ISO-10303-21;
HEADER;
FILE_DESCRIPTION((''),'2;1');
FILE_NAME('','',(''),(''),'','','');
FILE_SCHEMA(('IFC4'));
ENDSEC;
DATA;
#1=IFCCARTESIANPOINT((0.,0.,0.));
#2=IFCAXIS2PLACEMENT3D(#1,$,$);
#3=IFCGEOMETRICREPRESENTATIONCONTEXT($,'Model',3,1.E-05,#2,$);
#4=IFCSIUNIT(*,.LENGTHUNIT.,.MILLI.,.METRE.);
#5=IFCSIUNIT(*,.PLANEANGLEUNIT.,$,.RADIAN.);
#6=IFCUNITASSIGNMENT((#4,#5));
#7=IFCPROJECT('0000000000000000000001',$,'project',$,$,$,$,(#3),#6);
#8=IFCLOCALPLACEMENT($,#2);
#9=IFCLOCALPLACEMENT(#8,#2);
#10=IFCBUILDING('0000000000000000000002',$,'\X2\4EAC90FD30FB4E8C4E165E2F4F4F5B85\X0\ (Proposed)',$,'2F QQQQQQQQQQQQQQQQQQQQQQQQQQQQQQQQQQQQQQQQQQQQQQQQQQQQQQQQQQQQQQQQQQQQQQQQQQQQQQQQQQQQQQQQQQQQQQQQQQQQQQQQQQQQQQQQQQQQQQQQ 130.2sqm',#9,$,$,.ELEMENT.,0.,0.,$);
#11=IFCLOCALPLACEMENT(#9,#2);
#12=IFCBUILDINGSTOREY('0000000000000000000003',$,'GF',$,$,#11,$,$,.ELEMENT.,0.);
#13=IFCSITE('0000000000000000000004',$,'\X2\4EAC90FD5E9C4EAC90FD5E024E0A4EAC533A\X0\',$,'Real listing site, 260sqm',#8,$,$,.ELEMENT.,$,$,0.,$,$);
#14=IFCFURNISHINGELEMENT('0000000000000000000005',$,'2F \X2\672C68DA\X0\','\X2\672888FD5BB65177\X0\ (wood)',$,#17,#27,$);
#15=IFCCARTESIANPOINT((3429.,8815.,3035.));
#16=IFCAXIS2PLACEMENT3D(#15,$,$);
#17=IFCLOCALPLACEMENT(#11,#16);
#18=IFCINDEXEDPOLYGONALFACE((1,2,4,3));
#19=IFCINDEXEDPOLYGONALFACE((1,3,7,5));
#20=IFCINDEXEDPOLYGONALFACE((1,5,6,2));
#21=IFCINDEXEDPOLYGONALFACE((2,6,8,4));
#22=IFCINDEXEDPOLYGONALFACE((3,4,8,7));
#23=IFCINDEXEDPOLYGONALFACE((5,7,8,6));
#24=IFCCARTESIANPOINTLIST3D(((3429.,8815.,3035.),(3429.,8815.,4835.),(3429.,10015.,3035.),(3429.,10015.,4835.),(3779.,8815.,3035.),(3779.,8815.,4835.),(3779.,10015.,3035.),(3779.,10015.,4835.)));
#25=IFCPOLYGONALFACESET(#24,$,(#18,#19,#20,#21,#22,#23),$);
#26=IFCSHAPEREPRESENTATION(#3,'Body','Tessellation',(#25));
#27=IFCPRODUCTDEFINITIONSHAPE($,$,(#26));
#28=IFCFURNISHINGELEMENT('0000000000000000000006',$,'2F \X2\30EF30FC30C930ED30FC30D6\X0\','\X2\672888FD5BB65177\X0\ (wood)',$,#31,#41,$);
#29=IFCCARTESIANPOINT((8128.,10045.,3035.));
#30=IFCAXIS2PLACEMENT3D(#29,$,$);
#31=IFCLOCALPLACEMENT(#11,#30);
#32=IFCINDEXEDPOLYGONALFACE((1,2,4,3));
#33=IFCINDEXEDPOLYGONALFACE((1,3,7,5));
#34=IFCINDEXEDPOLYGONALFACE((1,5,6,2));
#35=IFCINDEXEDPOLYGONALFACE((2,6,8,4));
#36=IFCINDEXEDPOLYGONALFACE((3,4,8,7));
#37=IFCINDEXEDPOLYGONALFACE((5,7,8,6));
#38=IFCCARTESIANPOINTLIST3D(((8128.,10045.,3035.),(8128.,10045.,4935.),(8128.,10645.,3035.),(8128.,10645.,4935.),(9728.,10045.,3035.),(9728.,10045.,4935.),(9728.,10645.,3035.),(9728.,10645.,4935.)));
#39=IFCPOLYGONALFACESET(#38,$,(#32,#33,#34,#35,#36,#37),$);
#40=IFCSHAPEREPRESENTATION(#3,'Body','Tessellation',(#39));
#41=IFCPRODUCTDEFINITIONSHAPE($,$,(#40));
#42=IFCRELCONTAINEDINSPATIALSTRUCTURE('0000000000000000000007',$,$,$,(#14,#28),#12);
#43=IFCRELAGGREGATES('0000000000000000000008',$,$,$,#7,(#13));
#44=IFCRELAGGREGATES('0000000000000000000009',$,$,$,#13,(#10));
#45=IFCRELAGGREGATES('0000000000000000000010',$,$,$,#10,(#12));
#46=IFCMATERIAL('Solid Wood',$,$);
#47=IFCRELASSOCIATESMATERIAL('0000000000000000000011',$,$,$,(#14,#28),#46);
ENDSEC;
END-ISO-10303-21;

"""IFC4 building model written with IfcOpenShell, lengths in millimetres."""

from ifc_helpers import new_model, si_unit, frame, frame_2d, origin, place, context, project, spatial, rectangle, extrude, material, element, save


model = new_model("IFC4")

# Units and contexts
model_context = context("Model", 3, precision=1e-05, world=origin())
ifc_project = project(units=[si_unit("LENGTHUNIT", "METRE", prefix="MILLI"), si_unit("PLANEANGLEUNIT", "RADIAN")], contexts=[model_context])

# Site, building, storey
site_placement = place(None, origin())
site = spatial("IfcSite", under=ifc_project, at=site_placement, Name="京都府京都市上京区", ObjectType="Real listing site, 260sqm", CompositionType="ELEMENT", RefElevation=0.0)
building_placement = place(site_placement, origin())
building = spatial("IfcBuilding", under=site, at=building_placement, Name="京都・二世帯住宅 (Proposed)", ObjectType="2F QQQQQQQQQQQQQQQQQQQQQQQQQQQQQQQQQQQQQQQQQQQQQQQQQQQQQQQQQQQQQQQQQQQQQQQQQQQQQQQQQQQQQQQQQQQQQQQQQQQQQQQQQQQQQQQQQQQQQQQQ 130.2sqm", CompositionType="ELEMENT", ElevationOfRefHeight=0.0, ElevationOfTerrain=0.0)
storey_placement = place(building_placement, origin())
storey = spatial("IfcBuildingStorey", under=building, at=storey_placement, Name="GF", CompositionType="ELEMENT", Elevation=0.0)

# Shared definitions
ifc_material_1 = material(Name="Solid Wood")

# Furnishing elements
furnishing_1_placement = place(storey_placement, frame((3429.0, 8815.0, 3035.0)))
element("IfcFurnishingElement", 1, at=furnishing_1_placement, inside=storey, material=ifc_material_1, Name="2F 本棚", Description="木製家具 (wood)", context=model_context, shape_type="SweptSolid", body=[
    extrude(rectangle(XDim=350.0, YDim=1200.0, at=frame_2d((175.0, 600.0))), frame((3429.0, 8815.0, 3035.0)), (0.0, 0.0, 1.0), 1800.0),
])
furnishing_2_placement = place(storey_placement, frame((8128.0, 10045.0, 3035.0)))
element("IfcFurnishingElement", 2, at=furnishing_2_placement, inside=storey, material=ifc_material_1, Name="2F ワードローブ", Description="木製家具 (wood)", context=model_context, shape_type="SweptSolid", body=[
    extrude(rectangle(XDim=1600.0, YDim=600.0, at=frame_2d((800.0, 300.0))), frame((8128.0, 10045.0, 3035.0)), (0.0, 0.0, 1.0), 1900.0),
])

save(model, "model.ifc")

__________

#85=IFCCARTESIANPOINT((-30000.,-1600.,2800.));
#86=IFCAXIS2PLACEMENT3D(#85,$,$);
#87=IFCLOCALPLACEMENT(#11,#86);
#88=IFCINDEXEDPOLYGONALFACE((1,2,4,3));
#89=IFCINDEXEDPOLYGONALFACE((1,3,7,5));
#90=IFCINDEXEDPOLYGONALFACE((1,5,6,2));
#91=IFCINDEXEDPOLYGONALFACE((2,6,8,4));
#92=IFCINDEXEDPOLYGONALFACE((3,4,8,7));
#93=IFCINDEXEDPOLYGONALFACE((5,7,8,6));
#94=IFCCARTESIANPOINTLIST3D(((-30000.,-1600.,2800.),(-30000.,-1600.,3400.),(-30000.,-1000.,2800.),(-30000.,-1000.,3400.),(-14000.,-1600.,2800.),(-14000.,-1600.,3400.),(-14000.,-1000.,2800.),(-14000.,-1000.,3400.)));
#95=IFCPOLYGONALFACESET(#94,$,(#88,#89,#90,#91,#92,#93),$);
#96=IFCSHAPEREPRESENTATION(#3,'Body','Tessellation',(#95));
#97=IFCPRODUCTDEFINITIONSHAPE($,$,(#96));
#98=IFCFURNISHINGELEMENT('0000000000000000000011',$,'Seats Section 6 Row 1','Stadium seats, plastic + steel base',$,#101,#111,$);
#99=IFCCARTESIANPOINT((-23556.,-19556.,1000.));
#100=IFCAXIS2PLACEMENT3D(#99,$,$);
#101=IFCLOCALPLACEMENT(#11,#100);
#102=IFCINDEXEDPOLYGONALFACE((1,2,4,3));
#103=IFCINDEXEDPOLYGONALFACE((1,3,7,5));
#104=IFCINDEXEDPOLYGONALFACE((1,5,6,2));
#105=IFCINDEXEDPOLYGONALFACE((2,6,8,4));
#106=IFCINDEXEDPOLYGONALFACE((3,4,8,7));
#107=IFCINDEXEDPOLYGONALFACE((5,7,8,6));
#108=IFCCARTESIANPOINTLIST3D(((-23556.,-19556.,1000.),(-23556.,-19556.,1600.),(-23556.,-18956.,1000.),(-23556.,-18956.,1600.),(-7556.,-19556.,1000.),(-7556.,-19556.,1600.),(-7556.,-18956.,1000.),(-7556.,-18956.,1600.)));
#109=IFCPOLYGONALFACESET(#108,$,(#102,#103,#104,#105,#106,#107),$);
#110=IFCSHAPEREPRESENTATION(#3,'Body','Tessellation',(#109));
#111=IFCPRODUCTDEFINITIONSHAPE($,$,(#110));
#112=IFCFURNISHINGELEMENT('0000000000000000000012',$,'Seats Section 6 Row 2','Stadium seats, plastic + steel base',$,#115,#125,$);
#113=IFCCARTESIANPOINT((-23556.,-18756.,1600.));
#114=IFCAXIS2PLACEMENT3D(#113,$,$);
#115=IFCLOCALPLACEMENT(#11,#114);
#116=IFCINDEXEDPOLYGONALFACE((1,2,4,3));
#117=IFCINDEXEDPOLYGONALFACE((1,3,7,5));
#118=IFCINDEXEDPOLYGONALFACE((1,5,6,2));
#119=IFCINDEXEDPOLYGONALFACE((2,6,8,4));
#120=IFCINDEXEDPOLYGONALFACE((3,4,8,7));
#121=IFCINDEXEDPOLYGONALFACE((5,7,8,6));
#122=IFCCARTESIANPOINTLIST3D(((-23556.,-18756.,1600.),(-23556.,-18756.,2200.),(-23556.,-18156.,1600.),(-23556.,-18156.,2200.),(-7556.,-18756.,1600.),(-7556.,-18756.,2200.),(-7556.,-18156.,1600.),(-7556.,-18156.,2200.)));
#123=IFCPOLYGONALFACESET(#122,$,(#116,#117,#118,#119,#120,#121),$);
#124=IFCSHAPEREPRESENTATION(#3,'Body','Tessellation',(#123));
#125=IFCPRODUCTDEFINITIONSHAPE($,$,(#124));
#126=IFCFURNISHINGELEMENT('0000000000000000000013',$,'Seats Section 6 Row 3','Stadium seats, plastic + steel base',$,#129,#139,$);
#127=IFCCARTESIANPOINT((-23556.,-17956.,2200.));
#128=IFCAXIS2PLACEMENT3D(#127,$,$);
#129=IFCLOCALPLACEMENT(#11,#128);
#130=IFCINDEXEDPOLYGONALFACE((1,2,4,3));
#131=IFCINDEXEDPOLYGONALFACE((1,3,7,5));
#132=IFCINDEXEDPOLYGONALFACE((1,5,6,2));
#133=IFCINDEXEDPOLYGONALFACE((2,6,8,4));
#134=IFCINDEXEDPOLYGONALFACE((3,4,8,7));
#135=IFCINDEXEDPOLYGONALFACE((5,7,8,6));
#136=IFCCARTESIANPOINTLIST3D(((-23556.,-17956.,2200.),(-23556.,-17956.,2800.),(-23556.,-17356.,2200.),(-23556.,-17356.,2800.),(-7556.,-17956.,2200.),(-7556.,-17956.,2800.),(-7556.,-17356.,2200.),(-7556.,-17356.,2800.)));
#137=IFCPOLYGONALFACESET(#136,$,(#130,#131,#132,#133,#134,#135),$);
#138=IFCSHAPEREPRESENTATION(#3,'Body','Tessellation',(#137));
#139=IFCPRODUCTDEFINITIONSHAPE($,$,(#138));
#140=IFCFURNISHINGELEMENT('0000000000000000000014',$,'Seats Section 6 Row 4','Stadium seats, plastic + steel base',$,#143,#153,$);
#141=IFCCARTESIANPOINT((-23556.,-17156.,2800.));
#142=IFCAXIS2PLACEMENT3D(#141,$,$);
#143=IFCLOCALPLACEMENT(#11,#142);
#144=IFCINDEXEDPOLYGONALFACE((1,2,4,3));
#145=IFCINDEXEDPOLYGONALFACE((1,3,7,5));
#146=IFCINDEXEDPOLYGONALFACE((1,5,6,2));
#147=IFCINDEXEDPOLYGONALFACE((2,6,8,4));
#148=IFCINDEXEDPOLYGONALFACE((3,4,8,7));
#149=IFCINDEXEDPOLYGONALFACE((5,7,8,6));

__________

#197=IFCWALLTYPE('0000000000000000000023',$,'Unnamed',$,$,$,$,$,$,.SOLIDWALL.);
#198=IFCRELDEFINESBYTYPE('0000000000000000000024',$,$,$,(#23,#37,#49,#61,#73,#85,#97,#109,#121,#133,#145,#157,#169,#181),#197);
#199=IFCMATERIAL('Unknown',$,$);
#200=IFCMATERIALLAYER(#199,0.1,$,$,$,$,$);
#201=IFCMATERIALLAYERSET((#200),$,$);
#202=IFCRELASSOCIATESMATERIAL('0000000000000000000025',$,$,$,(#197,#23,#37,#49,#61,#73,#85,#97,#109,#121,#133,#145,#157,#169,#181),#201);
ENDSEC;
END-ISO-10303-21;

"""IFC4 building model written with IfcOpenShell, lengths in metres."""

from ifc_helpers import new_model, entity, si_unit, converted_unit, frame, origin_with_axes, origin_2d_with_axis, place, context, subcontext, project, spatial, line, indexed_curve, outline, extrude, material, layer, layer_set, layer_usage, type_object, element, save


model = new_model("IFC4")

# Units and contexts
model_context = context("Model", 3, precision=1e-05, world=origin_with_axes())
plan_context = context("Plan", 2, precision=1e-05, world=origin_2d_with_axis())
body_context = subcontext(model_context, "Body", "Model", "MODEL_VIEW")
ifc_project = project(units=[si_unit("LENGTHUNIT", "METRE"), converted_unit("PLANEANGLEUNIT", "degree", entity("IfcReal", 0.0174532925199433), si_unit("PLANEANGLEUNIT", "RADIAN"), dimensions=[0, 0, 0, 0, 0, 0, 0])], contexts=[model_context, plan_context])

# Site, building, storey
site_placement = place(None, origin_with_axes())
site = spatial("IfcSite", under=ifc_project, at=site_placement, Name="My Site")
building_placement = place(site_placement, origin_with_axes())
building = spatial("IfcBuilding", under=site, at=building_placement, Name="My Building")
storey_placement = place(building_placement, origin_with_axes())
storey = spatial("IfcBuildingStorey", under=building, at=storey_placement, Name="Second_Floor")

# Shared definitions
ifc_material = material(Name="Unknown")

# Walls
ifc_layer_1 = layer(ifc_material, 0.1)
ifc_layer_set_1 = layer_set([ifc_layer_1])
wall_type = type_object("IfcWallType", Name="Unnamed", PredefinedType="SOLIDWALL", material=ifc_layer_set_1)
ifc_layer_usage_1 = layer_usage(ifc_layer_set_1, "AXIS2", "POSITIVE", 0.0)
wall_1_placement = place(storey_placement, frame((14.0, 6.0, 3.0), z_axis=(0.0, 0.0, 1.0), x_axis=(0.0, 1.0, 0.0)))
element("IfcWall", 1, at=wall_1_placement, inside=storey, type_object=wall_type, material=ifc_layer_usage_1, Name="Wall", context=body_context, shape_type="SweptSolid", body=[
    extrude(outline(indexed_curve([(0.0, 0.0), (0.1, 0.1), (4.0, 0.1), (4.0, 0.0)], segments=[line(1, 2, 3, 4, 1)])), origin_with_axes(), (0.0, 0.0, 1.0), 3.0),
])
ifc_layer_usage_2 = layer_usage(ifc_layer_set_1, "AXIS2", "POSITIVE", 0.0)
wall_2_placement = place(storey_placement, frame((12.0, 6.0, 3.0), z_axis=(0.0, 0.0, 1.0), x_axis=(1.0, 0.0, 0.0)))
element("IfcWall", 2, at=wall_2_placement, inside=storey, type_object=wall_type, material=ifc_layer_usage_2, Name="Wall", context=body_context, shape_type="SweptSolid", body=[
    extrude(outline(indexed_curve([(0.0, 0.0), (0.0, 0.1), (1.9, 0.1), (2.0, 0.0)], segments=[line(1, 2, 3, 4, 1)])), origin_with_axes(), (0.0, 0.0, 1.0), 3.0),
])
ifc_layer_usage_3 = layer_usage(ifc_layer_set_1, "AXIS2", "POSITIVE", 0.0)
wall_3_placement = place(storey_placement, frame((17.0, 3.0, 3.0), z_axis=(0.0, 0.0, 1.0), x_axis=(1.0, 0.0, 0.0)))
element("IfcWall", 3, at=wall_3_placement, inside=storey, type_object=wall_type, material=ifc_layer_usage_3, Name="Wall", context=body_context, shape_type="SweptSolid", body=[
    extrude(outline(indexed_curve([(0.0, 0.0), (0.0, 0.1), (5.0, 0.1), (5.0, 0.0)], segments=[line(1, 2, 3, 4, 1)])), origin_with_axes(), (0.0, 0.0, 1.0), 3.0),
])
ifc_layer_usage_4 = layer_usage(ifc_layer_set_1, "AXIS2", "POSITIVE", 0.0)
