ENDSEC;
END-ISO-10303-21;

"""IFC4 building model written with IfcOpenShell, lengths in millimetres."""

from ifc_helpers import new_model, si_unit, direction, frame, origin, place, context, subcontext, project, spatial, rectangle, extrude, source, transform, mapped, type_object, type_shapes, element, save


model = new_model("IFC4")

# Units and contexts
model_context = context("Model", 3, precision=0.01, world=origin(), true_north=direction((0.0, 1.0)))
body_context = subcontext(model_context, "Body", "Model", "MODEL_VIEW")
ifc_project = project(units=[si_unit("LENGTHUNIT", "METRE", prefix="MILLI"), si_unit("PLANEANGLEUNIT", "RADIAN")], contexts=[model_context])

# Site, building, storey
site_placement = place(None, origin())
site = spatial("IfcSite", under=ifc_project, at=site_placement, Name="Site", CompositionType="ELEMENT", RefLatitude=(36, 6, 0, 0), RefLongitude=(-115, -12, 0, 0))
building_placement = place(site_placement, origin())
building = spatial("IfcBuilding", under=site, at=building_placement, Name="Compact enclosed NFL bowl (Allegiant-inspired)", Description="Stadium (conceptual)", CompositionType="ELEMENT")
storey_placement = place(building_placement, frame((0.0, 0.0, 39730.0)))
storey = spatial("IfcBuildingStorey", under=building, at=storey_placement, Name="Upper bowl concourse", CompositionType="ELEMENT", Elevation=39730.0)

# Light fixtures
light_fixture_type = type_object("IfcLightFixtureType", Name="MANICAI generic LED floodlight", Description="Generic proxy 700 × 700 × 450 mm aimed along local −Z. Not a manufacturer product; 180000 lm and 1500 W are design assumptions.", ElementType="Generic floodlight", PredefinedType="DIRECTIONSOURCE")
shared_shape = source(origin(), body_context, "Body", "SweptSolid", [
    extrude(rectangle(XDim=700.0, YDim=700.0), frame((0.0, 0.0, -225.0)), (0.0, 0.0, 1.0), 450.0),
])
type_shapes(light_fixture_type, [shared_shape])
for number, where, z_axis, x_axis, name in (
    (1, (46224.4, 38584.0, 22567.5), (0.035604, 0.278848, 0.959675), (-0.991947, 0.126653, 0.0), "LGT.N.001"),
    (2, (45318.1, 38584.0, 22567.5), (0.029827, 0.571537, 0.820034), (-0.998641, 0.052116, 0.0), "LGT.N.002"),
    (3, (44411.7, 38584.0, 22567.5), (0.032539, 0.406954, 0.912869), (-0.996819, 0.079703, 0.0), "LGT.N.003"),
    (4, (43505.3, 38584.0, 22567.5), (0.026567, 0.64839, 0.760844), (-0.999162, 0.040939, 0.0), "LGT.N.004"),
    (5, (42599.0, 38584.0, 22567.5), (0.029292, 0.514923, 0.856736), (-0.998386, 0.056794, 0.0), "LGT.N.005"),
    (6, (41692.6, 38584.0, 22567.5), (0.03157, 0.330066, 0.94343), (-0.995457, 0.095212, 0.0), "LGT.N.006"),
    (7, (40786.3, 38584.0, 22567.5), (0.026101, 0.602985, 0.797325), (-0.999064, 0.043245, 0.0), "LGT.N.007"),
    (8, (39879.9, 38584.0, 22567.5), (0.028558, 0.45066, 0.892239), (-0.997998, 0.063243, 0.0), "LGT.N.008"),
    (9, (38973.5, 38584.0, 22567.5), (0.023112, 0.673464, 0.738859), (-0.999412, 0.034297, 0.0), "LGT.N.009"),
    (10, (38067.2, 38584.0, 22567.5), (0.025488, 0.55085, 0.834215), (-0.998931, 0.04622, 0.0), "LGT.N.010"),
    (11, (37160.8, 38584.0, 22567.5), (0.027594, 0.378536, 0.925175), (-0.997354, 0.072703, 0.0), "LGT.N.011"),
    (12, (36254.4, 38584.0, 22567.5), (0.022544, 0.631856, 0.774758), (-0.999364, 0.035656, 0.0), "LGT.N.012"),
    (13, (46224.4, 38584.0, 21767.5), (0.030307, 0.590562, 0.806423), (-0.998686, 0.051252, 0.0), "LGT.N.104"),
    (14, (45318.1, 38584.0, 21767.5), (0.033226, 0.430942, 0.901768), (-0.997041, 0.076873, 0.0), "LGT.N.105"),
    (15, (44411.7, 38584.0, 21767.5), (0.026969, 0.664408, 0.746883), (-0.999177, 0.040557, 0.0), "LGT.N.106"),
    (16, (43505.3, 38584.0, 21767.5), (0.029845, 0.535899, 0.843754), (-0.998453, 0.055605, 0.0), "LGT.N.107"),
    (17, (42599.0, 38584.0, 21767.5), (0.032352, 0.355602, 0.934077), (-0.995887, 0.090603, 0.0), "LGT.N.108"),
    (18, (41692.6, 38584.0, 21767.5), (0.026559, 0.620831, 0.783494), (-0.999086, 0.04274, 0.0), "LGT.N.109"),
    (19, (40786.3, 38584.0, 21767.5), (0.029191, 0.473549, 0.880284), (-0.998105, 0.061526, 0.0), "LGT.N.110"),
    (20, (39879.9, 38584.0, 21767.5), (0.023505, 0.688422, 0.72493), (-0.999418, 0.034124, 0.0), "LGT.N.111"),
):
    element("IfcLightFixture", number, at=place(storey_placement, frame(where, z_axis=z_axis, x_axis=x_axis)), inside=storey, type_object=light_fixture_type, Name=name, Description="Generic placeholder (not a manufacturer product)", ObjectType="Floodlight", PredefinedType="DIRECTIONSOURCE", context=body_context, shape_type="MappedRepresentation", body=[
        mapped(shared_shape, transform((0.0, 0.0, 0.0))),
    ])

__________

TASK INSTRUCTIONS: Please reproduce, exactly as they appear above, the lines from the line containing "#141=IFCCARTESIANPOINT((-23556.,-17156.,2800.));" up to and including the line containing "#149=IFCINDEXEDPOLYGONALFACE((5,7,8,6));".

SOLUTION:
#141=IFCCARTESIANPOINT((-23556.,-17156.,2800.));
#142=IFCAXIS2PLACEMENT3D(#141,$,$);
#143=IFCLOCALPLACEMENT(#11,#142);
#144=IFCINDEXEDPOLYGONALFACE((1,2,4,3));
#145=IFCINDEXEDPOLYGONALFACE((1,3,7,5));
#146=IFCINDEXEDPOLYGONALFACE((1,5,6,2));
#147=IFCINDEXEDPOLYGONALFACE((2,6,8,4));
#148=IFCINDEXEDPOLYGONALFACE((3,4,8,7));
#149=IFCINDEXEDPOLYGONALFACE((5,7,8,6));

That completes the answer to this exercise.